SPEECH OF MR. RIVES,

OF VIRGINIA.

In Senate, August 17 and 19, 1842-On the treaty with Great Britain.

Mr. RIVES said that the Committee on Foreign Relations, to which the treaty had been referred, not having been able, from the shortness of the time allowed by the now advanced stage of the session, and the consequent necessity of early action on the subject, to make a formal and written report, it devolved on him, as the organ of the committee, to state the views and considerations by which the committee had been influenced, in recommending to the Senate to give the constitutional sanction of their "advice and consent" to its ratification. He begged leave to say, in the outset, that, in forming their judgment on the grave question submitted to them, the committee had felt themselves bound, by the most solemn of all obligations, to discard from their minds every consideration but such as appertained to the true interest and honor of their country. They had felt that it would be to betray the trust reposed in them by the Senate, and to show themselves unworthy of the confidence of the country, if they could, for a moment, permit themselves, in pursuit of party objects, or under the influence of personal or political prejudices, to turn aside from

Senate.

the national question, to inquire by whom the treaty had been negotiated, or whose name stood subscribed to it. They have looked to the treaty in itself, isolated from every invidious reference to persons or parties; and have pronounced upon its acceptance or rejection as, in their best judgment, the interests and honor of the nation demand.
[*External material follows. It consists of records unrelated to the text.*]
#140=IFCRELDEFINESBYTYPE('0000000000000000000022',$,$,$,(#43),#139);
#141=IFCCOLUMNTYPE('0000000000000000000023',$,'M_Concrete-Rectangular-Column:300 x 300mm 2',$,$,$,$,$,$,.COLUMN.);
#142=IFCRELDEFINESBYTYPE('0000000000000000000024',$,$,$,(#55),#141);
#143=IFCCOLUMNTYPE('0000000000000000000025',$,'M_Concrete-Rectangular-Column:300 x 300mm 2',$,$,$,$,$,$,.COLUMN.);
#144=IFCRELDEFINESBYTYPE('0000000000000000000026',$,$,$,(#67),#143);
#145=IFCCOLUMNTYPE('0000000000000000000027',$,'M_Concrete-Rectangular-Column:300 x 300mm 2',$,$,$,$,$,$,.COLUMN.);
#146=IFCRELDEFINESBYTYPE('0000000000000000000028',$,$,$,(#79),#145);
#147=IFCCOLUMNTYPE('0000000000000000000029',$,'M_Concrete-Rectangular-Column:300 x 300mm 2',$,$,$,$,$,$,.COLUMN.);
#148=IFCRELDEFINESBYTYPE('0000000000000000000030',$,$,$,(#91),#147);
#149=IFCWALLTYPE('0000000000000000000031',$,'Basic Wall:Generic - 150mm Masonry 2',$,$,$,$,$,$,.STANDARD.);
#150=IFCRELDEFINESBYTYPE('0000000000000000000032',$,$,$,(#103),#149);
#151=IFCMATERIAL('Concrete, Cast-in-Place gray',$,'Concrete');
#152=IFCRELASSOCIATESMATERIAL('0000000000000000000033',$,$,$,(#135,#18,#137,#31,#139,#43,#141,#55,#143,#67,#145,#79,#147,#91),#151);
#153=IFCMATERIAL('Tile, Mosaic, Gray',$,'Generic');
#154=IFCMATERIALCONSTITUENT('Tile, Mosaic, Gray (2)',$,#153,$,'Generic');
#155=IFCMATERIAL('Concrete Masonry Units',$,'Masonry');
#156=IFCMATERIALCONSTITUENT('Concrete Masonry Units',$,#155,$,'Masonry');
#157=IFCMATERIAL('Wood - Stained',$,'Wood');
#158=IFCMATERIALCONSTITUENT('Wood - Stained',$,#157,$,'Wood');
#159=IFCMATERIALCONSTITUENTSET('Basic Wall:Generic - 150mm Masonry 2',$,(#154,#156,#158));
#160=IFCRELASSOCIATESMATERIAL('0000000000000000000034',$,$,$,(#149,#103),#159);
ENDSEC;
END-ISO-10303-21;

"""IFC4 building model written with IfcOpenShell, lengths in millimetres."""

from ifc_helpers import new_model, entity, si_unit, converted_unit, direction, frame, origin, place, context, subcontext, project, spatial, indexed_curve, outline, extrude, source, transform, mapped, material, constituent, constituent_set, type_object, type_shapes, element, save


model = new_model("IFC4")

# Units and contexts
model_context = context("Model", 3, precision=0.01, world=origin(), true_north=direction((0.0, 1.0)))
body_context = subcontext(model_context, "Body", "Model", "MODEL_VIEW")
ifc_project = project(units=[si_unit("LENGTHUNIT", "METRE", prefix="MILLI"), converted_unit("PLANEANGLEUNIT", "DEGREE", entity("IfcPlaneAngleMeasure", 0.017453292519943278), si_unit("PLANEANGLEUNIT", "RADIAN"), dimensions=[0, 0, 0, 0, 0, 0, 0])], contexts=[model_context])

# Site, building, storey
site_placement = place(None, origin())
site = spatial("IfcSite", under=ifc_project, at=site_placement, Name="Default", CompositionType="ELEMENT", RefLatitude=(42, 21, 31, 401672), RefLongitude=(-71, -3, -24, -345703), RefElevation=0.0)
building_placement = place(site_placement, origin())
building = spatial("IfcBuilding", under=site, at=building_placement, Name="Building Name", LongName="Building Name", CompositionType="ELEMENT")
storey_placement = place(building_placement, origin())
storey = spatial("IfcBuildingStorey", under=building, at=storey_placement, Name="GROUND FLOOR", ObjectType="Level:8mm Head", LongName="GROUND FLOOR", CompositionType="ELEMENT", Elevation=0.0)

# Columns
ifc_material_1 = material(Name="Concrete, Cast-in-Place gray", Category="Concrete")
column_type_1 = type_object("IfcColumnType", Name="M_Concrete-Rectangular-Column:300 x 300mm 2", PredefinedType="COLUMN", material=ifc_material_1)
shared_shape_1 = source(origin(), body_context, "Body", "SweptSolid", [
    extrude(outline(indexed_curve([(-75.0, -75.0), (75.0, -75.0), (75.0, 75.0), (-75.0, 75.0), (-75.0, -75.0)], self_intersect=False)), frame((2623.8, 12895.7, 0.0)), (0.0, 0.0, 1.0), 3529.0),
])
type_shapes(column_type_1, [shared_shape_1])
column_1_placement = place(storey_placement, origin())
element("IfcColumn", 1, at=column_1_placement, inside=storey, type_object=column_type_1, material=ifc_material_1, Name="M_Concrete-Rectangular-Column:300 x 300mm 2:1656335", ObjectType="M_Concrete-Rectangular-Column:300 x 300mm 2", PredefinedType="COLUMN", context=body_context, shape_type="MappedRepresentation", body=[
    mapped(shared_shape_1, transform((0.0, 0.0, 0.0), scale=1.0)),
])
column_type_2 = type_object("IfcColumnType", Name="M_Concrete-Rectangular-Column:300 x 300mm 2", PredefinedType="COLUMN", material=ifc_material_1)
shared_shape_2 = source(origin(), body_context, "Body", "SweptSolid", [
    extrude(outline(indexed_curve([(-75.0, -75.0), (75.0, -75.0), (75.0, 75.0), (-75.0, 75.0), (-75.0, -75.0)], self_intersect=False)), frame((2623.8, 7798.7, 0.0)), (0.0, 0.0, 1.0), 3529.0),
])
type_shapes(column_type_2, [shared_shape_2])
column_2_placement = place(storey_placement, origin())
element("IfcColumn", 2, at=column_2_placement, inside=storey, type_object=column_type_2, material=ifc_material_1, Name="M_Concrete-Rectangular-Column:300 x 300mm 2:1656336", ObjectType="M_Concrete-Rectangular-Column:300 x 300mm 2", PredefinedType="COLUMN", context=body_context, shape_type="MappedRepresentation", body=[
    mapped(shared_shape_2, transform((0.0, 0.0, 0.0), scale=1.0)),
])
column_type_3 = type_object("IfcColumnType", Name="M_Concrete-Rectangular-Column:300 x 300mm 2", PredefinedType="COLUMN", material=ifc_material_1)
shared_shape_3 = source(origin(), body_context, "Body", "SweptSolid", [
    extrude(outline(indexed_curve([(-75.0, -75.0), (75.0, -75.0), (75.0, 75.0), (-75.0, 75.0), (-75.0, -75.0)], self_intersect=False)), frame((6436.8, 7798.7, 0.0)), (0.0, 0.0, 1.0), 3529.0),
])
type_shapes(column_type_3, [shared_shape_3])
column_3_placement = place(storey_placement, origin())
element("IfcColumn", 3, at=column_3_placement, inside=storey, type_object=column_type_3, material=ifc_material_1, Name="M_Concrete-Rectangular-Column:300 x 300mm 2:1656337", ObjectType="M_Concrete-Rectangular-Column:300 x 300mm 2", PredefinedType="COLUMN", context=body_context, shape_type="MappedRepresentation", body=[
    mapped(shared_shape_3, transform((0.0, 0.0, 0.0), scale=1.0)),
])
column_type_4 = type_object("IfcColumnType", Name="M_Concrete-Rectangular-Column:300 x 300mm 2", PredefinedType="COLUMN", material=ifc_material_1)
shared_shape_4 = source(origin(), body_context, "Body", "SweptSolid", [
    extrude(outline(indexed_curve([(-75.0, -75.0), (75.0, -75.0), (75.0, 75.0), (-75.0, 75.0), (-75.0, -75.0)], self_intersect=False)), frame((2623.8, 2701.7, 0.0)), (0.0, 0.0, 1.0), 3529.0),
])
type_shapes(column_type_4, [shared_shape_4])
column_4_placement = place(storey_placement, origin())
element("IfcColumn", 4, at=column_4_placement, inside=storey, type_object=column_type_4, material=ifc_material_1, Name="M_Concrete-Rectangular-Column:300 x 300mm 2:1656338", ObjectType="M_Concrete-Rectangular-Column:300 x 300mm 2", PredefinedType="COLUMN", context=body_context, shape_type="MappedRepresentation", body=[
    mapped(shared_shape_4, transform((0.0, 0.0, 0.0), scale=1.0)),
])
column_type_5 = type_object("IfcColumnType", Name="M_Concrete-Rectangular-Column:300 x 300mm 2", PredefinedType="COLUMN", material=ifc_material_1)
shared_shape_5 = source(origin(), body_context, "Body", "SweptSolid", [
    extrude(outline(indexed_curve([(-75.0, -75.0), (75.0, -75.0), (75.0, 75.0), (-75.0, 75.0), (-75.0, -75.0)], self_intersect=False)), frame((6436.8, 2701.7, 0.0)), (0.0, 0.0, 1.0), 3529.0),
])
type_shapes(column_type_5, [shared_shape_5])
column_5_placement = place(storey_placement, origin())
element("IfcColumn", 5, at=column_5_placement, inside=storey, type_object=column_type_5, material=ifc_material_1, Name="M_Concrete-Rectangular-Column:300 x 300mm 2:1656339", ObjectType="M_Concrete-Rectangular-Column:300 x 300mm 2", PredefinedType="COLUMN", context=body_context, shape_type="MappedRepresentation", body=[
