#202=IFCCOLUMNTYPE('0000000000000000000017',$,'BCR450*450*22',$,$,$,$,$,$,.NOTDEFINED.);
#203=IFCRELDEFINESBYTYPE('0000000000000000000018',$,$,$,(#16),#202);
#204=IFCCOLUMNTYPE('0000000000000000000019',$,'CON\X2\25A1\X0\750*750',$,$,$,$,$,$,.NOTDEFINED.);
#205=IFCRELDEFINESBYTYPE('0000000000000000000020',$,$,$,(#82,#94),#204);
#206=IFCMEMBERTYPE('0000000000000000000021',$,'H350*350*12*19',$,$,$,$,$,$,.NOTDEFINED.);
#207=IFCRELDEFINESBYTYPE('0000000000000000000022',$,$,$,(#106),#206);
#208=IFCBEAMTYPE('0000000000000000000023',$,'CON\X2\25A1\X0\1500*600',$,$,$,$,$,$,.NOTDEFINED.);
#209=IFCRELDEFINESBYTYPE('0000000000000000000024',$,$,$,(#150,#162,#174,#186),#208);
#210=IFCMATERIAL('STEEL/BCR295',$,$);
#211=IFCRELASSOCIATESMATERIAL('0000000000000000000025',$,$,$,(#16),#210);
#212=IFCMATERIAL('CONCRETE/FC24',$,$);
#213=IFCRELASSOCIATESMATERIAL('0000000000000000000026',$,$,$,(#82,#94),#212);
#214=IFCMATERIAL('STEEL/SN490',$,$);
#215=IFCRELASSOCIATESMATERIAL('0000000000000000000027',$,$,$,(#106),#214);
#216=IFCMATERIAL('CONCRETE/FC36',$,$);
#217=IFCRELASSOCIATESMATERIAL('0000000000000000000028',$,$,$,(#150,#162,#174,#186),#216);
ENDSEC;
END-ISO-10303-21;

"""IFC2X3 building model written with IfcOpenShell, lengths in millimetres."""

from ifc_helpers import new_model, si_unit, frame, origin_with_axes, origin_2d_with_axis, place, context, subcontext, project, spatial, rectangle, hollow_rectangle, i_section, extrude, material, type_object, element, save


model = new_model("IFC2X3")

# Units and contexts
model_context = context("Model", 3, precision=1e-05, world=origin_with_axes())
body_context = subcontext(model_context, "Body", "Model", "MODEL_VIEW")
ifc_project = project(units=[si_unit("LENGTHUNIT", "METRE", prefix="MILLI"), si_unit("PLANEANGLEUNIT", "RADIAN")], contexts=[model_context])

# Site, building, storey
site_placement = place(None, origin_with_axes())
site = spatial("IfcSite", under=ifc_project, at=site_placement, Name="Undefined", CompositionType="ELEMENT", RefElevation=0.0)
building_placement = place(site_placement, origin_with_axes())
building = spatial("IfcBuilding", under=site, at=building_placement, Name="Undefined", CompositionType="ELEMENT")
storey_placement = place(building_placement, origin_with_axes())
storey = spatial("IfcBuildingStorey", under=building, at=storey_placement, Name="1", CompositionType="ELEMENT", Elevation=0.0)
The stipulations of the treaty embrace three distinct objects: an exact and permanent definition of the boundaries, where they had been the subject of doubt or dispute, between the territories of the United States and the adjacent provinces of Great Britain; a plan of co-operation for the more effectual suppression of the African slave-trade; and an agreement for the mutual surrender, in certain cases, of criminals fugitive from justice. The first of these objects, from its intimate connexion with the tranquillity of the frontier, and the peace of the two countries-on several recent occasions exposed to imminent hazard of interruption, from intrusions on the disputed territory, and the conflicting jurisdictions exercised over it--naturally occupies the foreground of the treaty.

The merits of the controversy respecting our Northeastern boundary, and the respective claims and arguments of the two parties in regard to it, are too well known to the Senate, (said Mr. R.,) to require any recapitulation of them at my hands. A brief retrospect of the history of the controversy, however, may be necessary to enable the Senate to comprehend the position of the question at the moment when the negotiations which terminated in this treaty were entered upon.
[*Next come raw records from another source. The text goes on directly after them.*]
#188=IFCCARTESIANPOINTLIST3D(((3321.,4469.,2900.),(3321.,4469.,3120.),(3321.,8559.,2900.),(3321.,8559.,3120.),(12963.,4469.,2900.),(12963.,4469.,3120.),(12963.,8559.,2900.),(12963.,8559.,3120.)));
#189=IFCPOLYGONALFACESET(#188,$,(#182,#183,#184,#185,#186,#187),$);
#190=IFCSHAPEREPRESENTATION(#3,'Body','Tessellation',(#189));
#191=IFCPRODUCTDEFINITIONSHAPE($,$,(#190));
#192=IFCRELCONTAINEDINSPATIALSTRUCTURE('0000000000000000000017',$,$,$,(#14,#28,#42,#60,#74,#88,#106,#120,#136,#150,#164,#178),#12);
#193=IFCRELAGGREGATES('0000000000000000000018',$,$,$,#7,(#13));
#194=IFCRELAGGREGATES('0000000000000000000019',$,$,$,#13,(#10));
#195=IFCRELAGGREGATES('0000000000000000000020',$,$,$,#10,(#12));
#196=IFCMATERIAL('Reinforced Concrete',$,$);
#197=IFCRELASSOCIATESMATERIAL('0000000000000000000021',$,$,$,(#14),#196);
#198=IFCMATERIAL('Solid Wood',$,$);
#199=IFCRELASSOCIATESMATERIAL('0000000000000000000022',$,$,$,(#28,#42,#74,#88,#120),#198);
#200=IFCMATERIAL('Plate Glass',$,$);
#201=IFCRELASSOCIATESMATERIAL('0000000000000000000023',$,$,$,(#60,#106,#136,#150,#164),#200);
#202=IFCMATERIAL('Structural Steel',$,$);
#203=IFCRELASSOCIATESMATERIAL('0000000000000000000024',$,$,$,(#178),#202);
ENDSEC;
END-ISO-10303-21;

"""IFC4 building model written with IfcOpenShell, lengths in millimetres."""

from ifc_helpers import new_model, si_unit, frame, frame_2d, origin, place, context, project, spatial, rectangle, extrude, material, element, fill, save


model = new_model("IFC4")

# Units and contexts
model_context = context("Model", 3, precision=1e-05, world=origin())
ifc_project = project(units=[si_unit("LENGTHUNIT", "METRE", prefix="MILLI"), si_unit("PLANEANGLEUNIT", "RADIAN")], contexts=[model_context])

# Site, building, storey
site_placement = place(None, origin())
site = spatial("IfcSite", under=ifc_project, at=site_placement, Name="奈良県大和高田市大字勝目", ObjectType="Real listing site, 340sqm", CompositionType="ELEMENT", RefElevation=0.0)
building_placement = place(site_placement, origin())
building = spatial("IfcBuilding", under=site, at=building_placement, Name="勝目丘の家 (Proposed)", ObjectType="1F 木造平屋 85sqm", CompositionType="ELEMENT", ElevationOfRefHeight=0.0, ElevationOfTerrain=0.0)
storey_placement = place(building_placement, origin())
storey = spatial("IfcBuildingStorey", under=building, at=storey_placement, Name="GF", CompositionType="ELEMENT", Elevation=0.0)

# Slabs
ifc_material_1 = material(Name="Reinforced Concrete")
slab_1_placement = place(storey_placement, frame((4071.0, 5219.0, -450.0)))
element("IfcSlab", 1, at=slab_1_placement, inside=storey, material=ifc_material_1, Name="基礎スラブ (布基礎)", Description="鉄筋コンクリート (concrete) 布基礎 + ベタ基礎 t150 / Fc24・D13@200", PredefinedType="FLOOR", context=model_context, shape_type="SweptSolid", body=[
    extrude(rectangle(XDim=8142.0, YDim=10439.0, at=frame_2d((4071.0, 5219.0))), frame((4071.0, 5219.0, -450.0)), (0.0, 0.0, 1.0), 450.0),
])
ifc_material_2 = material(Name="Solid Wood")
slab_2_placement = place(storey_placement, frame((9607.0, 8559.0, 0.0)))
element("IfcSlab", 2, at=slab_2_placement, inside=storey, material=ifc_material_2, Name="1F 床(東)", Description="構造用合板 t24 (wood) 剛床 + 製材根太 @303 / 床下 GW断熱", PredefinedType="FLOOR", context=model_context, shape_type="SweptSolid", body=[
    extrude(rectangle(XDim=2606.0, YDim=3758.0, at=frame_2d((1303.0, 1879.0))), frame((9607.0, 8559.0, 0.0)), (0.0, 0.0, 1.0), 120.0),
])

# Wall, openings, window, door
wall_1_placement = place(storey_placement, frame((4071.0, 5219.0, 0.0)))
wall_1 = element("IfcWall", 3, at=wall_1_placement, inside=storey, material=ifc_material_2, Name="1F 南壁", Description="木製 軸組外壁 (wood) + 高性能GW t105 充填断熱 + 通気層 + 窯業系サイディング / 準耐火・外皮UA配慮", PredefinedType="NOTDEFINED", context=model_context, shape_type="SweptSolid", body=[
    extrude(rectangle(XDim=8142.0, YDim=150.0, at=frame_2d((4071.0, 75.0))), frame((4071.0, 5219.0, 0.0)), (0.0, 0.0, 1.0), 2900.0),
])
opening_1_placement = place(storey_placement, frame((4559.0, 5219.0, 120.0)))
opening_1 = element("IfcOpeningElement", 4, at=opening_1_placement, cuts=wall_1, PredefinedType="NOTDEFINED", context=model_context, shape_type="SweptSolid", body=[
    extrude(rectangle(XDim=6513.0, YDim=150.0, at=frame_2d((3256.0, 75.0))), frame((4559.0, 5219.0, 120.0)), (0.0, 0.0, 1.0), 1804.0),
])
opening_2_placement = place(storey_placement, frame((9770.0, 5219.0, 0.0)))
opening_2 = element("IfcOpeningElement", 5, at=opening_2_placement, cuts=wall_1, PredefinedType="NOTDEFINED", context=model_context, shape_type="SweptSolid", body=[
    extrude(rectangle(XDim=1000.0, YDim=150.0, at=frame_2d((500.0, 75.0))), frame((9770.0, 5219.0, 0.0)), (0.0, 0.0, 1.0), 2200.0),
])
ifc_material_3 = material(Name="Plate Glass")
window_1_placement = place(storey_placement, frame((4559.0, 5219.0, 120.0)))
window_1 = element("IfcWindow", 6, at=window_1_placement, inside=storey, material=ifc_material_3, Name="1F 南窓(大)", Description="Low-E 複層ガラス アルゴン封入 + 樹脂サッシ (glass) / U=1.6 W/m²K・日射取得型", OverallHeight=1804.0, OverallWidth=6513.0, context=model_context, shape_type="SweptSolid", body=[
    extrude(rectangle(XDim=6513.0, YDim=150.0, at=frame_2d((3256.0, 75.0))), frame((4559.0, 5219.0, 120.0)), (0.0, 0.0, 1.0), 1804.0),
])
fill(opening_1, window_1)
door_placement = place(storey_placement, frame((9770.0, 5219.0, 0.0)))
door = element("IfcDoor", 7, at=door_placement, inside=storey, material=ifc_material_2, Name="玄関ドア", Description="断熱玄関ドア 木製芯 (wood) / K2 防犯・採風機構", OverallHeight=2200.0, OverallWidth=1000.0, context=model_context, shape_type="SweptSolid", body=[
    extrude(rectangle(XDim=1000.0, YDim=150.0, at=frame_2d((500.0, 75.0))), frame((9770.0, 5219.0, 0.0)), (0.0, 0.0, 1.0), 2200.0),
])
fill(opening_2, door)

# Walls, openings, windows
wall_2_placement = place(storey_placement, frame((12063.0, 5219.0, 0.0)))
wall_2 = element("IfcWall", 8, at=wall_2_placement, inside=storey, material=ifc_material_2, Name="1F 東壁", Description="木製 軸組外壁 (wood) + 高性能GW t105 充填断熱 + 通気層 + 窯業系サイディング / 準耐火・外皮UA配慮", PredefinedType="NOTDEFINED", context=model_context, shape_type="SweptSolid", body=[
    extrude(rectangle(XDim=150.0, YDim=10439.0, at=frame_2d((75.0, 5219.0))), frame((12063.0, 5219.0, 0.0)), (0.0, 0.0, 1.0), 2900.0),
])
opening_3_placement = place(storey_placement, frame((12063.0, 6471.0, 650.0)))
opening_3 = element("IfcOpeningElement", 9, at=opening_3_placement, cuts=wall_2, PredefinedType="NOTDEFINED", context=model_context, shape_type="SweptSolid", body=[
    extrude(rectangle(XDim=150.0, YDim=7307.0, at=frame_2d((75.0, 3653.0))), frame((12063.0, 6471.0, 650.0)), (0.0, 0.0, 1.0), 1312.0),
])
The second article of the definitive treaty of peace of 1783, describes the Northeastern boundary of the United States as follows: "Beginning at the northwest angle of Nova Scotia, to wit: that angle which is formed by a line drawn due north from the source of the St. Croix river to the highlands; along the said highlands, which divide those rivers that empty themselves into the river St. Lawrence from those which fall into the Atlantic ocean, to the northwesternmost head of Connecticut river;" and then, pursuing the description of the boundaries of the United States around their whole territory, on the north, the west, and the south, it returns to the eastern boundary of Maine in the following words: "East by a line to be drawn along the middle of the river St. Croix, from its mouth, in the Bay of Fundy, to its source; and from its source, directly north to the aforesaid highlands, which divide the rivers that fall into the Atlantic ocean from those which fall into the river St. Lawrence."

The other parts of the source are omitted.